INSTRUCTIONS TO FOLLOW: Every line below from the one containing "#130=IFCINDEXEDPOLYGONALFACE((1,5,6,2));" through the one containing "#137=IFCPRODUCTDEFINITIONSHAPE($,$,(#136));" must be transcribed exactly. Omit all lines outside that stretch.

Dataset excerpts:
======

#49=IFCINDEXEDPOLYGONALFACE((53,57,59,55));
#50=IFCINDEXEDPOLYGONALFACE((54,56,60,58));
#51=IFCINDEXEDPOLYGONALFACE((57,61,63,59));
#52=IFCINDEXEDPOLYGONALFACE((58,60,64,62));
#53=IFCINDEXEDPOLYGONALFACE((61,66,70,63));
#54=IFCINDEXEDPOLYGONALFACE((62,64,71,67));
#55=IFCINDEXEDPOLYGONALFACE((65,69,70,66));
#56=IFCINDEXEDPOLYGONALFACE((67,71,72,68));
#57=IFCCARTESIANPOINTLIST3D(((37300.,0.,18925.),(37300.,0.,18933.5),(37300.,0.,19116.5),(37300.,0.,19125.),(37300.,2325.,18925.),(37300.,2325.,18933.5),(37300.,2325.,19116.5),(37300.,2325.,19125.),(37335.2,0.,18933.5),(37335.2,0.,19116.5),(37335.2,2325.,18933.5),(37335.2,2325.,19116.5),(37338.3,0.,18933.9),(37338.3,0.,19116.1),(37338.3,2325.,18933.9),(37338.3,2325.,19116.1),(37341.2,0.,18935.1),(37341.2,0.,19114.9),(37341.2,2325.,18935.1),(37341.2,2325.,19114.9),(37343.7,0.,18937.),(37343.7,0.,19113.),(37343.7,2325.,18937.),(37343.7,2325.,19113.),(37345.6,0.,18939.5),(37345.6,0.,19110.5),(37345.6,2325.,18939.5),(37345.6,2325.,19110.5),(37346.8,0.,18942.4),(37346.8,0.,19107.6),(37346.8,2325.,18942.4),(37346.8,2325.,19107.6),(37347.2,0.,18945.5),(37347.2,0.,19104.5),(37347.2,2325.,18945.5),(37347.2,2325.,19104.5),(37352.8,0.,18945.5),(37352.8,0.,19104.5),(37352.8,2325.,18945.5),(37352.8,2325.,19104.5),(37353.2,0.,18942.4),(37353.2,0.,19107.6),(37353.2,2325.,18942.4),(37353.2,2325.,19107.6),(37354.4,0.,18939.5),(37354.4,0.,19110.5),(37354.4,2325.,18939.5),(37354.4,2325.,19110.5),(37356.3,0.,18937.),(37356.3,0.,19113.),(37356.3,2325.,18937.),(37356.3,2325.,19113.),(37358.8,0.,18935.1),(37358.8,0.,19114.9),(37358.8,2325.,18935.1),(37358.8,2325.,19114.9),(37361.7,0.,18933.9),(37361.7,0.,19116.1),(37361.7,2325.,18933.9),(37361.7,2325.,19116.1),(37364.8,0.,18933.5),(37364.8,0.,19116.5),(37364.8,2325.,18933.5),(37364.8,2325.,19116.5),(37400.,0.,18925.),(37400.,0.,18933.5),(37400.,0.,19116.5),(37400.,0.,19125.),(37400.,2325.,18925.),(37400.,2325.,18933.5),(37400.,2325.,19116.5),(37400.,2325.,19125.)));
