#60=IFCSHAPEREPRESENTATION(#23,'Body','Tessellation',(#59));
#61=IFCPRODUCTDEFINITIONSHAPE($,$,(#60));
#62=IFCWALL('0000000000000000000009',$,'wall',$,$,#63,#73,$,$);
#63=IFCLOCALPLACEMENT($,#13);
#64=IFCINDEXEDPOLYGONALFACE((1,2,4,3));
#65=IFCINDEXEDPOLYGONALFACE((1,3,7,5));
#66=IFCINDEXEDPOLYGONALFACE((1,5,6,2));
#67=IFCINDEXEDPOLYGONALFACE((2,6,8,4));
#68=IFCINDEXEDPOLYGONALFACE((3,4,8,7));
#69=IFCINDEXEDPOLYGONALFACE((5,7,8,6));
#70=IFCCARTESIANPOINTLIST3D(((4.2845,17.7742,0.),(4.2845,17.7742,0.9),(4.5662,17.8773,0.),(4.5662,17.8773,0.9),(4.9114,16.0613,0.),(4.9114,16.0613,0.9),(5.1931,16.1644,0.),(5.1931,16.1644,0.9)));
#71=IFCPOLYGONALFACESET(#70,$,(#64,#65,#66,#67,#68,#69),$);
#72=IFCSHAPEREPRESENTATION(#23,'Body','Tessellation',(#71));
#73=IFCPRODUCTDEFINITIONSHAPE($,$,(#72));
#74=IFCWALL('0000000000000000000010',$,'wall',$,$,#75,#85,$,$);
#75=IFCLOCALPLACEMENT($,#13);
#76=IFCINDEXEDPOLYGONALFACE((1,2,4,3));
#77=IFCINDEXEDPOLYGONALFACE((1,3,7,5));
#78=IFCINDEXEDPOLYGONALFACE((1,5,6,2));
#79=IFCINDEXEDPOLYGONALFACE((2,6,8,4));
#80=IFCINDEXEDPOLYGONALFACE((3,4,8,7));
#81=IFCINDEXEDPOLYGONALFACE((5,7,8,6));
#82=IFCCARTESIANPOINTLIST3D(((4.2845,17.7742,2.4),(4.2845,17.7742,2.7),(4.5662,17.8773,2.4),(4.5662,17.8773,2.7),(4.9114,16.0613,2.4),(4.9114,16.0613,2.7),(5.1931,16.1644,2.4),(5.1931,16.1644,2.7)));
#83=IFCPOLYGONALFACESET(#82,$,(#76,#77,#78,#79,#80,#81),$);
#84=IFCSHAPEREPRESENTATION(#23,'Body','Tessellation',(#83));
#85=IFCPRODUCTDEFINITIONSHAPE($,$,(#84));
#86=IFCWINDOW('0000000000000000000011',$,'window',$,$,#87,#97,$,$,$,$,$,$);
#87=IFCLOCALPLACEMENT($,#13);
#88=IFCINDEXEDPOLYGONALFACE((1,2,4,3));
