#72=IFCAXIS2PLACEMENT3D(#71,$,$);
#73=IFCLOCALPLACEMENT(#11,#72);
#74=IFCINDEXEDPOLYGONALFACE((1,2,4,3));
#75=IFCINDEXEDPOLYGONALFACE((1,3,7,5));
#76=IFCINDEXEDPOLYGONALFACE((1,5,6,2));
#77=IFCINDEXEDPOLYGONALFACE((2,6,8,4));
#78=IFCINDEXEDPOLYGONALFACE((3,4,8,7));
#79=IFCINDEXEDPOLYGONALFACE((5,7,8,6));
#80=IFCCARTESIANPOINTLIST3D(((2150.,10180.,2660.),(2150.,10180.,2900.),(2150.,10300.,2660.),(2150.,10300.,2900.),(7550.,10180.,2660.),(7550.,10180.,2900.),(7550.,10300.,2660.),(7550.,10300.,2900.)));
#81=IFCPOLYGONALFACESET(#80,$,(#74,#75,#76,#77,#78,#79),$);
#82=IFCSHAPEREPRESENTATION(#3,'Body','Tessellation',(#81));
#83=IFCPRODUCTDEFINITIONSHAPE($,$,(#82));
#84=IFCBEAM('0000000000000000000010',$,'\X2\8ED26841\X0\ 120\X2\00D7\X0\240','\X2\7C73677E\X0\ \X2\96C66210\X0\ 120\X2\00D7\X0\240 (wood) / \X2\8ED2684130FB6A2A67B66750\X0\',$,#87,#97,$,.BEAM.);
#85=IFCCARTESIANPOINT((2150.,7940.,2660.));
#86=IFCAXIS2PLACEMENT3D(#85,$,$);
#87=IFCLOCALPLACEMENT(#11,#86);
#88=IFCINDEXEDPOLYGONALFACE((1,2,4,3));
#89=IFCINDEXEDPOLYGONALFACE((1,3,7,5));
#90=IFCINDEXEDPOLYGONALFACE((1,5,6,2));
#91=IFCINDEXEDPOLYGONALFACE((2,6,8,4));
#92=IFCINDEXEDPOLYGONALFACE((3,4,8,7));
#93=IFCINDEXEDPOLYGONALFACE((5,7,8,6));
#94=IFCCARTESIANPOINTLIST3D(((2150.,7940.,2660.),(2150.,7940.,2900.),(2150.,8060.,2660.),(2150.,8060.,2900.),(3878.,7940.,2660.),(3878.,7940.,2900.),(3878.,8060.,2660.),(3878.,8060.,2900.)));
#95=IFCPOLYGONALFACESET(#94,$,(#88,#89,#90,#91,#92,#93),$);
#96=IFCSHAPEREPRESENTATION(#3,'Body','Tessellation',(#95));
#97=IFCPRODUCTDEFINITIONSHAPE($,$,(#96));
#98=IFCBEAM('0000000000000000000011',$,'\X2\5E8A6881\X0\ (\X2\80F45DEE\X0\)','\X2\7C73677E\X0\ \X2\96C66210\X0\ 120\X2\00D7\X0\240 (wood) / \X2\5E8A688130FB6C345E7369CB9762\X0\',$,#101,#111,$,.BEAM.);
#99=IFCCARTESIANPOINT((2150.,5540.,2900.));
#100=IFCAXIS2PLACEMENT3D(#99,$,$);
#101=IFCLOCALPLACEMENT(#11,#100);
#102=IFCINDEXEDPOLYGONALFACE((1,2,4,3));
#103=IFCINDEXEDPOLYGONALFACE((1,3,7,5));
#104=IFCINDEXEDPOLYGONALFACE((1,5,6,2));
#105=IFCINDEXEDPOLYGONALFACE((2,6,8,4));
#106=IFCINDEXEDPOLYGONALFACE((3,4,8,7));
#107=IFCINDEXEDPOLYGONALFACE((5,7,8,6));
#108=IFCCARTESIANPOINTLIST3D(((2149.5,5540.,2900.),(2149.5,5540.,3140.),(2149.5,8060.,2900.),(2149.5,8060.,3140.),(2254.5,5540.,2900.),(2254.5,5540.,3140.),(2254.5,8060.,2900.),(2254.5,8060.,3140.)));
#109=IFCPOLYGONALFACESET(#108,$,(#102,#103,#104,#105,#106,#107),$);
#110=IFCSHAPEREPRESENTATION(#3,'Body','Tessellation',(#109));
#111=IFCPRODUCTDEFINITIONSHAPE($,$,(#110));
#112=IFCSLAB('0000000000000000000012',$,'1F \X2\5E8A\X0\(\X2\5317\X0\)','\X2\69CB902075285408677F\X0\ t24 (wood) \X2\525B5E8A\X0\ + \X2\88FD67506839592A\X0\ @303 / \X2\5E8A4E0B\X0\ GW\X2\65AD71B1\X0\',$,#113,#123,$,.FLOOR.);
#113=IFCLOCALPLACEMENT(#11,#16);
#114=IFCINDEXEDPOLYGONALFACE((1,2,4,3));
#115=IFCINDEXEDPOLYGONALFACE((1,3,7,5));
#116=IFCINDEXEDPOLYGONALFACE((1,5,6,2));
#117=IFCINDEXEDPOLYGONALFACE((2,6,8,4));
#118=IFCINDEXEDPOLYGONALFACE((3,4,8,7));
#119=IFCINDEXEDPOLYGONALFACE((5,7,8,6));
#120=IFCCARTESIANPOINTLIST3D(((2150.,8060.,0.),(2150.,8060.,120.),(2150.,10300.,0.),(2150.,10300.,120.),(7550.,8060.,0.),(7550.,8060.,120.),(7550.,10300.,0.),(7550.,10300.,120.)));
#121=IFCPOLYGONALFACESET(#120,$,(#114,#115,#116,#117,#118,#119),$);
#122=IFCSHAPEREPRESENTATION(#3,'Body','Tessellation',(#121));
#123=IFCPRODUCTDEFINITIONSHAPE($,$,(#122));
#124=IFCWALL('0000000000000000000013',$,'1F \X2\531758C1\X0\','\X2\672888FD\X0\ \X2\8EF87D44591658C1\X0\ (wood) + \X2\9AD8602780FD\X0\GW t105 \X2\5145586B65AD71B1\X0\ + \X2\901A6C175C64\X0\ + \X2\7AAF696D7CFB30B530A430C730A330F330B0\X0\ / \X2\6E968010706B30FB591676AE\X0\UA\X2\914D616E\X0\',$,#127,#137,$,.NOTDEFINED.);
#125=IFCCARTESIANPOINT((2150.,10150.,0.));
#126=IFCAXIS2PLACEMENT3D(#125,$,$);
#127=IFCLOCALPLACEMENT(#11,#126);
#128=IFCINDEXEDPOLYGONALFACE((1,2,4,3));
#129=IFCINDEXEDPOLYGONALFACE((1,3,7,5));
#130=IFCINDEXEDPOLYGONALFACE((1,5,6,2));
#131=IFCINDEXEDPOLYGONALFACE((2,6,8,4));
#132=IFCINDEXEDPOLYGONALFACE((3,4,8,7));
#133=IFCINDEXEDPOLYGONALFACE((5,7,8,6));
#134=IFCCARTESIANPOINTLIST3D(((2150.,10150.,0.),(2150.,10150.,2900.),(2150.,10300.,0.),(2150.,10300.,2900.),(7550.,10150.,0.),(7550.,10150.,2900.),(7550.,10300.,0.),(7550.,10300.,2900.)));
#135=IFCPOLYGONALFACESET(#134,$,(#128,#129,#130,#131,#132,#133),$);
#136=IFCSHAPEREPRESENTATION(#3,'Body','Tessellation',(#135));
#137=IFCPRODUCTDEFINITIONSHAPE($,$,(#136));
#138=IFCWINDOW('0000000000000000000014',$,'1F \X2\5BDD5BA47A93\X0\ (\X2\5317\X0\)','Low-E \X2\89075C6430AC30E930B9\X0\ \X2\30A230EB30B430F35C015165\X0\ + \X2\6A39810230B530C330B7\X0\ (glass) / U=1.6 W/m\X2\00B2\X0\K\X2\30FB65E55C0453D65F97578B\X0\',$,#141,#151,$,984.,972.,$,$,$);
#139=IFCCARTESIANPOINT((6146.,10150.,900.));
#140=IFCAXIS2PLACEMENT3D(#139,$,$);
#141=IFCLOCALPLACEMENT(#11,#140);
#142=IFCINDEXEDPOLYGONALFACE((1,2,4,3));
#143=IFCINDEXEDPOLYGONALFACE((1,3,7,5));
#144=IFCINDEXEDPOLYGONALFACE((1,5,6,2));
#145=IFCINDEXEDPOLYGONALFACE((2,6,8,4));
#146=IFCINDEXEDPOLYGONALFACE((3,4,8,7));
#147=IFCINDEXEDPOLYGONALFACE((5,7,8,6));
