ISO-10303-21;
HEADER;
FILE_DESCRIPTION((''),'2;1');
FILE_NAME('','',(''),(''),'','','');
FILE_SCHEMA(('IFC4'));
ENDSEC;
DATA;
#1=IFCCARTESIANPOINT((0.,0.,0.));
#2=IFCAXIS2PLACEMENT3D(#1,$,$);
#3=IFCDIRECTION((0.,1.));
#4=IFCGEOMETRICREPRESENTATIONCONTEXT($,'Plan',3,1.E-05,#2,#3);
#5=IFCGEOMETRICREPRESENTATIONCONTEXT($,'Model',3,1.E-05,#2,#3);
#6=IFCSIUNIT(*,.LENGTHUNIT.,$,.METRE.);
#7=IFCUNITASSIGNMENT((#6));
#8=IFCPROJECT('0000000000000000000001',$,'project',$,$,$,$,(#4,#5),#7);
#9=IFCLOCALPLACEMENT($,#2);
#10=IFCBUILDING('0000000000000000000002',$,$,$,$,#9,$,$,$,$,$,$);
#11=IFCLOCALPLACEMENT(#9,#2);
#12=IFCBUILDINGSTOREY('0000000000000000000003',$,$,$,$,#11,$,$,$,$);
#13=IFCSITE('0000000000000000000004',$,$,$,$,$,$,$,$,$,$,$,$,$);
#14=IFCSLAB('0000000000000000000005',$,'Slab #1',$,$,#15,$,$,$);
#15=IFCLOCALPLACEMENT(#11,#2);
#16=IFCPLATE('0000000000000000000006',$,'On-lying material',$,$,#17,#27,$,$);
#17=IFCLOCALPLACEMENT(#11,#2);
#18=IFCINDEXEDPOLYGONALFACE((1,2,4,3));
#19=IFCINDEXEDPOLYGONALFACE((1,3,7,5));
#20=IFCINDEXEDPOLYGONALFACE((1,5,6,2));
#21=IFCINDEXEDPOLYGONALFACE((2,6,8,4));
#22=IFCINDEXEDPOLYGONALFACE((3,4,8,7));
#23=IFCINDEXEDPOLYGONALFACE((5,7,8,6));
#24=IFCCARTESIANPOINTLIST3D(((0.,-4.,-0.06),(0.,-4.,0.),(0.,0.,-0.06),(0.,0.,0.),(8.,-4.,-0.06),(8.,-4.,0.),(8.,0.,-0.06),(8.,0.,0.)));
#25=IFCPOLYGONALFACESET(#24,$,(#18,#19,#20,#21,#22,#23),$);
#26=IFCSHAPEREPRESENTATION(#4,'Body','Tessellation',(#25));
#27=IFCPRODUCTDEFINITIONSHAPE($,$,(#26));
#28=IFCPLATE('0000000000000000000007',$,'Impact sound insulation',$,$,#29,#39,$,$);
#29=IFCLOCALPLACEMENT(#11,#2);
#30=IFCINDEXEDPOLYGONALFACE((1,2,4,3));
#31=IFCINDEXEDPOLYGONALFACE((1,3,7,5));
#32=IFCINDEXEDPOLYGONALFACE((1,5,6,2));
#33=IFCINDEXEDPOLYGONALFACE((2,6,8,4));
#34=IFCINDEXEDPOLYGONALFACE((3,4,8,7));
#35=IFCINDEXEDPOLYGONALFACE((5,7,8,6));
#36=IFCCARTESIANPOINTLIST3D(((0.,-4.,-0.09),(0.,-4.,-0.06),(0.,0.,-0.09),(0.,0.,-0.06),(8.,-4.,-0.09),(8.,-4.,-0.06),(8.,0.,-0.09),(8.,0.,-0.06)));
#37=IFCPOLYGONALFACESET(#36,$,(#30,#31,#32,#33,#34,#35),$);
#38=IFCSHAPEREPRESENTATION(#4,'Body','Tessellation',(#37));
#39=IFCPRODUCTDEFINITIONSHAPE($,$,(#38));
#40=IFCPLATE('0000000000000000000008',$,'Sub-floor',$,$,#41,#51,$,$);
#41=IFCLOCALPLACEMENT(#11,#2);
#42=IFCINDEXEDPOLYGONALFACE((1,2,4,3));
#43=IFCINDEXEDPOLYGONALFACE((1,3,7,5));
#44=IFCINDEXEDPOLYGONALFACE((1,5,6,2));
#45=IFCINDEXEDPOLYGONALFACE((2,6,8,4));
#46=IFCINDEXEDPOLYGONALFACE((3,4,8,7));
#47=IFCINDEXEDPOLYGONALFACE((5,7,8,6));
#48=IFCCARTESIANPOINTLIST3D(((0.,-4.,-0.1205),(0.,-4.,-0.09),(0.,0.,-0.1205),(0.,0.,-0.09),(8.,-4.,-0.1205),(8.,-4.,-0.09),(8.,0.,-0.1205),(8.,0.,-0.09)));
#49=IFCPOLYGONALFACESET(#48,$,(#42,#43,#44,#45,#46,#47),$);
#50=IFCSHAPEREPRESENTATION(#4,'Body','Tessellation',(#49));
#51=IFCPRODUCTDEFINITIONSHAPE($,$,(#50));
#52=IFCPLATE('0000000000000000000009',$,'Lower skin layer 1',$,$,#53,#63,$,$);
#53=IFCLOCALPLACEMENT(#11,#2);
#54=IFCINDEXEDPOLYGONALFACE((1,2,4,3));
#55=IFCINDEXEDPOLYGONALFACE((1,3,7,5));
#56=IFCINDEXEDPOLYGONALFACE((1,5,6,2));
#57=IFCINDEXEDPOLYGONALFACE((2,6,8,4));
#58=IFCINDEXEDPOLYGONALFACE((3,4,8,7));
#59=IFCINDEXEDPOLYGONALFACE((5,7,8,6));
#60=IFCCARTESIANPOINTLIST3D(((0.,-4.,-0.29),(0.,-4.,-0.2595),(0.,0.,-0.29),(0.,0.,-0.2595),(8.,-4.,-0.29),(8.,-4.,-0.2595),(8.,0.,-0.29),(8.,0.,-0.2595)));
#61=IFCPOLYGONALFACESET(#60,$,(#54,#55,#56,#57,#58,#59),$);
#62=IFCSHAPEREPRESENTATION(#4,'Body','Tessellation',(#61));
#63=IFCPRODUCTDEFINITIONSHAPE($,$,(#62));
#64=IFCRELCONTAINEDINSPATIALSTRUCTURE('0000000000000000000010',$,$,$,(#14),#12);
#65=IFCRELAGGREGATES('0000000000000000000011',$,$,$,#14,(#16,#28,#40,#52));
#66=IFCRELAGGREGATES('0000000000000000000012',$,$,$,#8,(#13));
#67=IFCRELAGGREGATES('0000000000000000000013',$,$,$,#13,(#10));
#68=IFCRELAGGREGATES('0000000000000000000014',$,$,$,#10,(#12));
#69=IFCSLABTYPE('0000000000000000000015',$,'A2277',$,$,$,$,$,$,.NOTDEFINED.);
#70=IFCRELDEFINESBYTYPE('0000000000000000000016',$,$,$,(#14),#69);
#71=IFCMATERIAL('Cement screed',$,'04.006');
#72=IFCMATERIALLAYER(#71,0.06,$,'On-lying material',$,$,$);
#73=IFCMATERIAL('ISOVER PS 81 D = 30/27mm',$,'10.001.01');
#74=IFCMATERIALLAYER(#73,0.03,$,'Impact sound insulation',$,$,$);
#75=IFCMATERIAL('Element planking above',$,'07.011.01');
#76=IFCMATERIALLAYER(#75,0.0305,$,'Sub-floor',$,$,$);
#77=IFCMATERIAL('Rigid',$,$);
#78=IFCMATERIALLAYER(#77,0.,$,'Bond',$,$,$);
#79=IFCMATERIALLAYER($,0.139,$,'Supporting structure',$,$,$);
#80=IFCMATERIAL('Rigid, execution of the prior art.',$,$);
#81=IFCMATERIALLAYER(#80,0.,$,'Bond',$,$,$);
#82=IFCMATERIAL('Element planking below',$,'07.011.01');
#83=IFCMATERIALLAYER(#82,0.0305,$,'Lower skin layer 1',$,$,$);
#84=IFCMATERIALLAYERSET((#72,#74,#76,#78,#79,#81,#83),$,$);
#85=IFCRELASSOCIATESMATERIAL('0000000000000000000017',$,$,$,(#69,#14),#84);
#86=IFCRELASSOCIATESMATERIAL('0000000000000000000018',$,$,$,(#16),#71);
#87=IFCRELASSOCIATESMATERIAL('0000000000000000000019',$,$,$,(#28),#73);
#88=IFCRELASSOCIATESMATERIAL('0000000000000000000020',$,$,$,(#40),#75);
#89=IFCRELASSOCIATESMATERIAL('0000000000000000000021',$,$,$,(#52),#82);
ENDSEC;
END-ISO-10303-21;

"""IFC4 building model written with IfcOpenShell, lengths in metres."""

from ifc_helpers import new_model, si_unit, direction, frame, frame_2d, origin, origin_with_axes, place, context, project, spatial, rectangle, extrude, material, layer, layer_set, type_object, element, aggregate, save


model = new_model("IFC4")

# Units and contexts
plan_context = context("Plan", 3, precision=1e-05, world=origin(), true_north=direction((0.0, 1.0)))
model_context = context("Model", 3, precision=1e-05, world=origin(), true_north=direction((0.0, 1.0)))
ifc_project = project(units=[si_unit("LENGTHUNIT", "METRE")], contexts=[plan_context, model_context])

# Site, building, storey
site = spatial("IfcSite", under=ifc_project)
building_placement = place(None, origin())
building = spatial("IfcBuilding", under=site, at=building_placement)
storey_placement = place(building_placement, origin())
storey = spatial("IfcBuildingStorey", under=building, at=storey_placement)

# Slab, plates
ifc_material_1 = material(Name="Cement screed", Category="04.006")
ifc_layer_1 = layer(ifc_material_1, 0.06, Name="On-lying material")
ifc_material_2 = material(Name="ISOVER PS 81 D = 30/27mm", Category="10.001.01")
ifc_layer_2 = layer(ifc_material_2, 0.03, Name="Impact sound insulation")
ifc_material_3 = material(Name="Element planking above", Category="07.011.01")
ifc_layer_3 = layer(ifc_material_3, 0.0305, Name="Sub-floor")
ifc_material_4 = material(Name="Rigid")
ifc_layer_4 = layer(ifc_material_4, 0.0, Name="Bond")
ifc_layer_5 = layer(None, 0.139, Name="Supporting structure")
ifc_material_5 = material(Name="Rigid, execution of the prior art.")
ifc_layer_6 = layer(ifc_material_5, 0.0, Name="Bond")
ifc_material_6 = material(Name="Element planking below", Category="07.011.01")
ifc_layer_7 = layer(ifc_material_6, 0.0305, Name="Lower skin layer 1")
ifc_layer_set = layer_set([ifc_layer_1, ifc_layer_2, ifc_layer_3, ifc_layer_4, ifc_layer_5, ifc_layer_6, ifc_layer_7])
slab_type = type_object("IfcSlabType", Name="A2277", PredefinedType="NOTDEFINED", material=ifc_layer_set)
slab_placement = place(None, frame((0.0, 0.0, 0.0), z_axis=(0.0, 0.0, -1.0), x_axis=(1.0, 0.0, 0.0)))
slab = element("IfcSlab", 1, at=slab_placement, inside=storey, type_object=slab_type, material=ifc_layer_set, Name="Slab #1")
plate_1_placement = place(slab_placement, origin())
plate_1 = element("IfcPlate", 2, at=plate_1_placement, material=ifc_material_1, Name="On-lying material", context=plan_context, shape_type="SweptSolid", body=[
    extrude(rectangle(XDim=8.0, YDim=4.0, at=frame_2d((4.0, 2.0), x_axis=(1.0, 0.0))), origin_with_axes(), (0.0, 0.0, 1.0), 0.06),
])
plate_2_placement = place(slab_placement, origin())
plate_2 = element("IfcPlate", 3, at=plate_2_placement, material=ifc_material_2, Name="Impact sound insulation", context=plan_context, shape_type="SweptSolid", body=[
    extrude(rectangle(XDim=8.0, YDim=4.0, at=frame_2d((4.0, 2.0), x_axis=(1.0, 0.0))), frame((0.0, 0.0, 0.06), z_axis=(0.0, 0.0, 1.0), x_axis=(1.0, 0.0, 0.0)), (0.0, 0.0, 1.0), 0.03),
])
plate_3_placement = place(slab_placement, origin())
plate_3 = element("IfcPlate", 4, at=plate_3_placement, material=ifc_material_3, Name="Sub-floor", context=plan_context, shape_type="SweptSolid", body=[
    extrude(rectangle(XDim=8.0, YDim=4.0, at=frame_2d((4.0, 2.0), x_axis=(1.0, 0.0))), frame((0.0, 0.0, 0.09), z_axis=(0.0, 0.0, 1.0), x_axis=(1.0, 0.0, 0.0)), (0.0, 0.0, 1.0), 0.0305),
])
plate_4_placement = place(slab_placement, origin())
plate_4 = element("IfcPlate", 5, at=plate_4_placement, material=ifc_material_6, Name="Lower skin layer 1", context=plan_context, shape_type="SweptSolid", body=[
    extrude(rectangle(XDim=8.0, YDim=4.0, at=frame_2d((4.0, 2.0), x_axis=(1.0, 0.0))), frame((0.0, 0.0, 0.2595), z_axis=(0.0, 0.0, 1.0), x_axis=(1.0, 0.0, 0.0)), (0.0, 0.0, 1.0), 0.0305),
])
aggregate(slab, [plate_1, plate_2, plate_3, plate_4])

save(model, "model.ifc")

======

ANSWER TO THIS EXERCISE:
#130=IFCINDEXEDPOLYGONALFACE((1,5,6,2));
#131=IFCINDEXEDPOLYGONALFACE((2,6,8,4));
#132=IFCINDEXEDPOLYGONALFACE((3,4,8,7));
#133=IFCINDEXEDPOLYGONALFACE((5,7,8,6));
#134=IFCCARTESIANPOINTLIST3D(((2150.,10150.,0.),(2150.,10150.,2900.),(2150.,10300.,0.),(2150.,10300.,2900.),(7550.,10150.,0.),(7550.,10150.,2900.),(7550.,10300.,0.),(7550.,10300.,2900.)));
#135=IFCPOLYGONALFACESET(#134,$,(#128,#129,#130,#131,#132,#133),$);
#136=IFCSHAPEREPRESENTATION(#3,'Body','Tessellation',(#135));
#137=IFCPRODUCTDEFINITIONSHAPE($,$,(#136));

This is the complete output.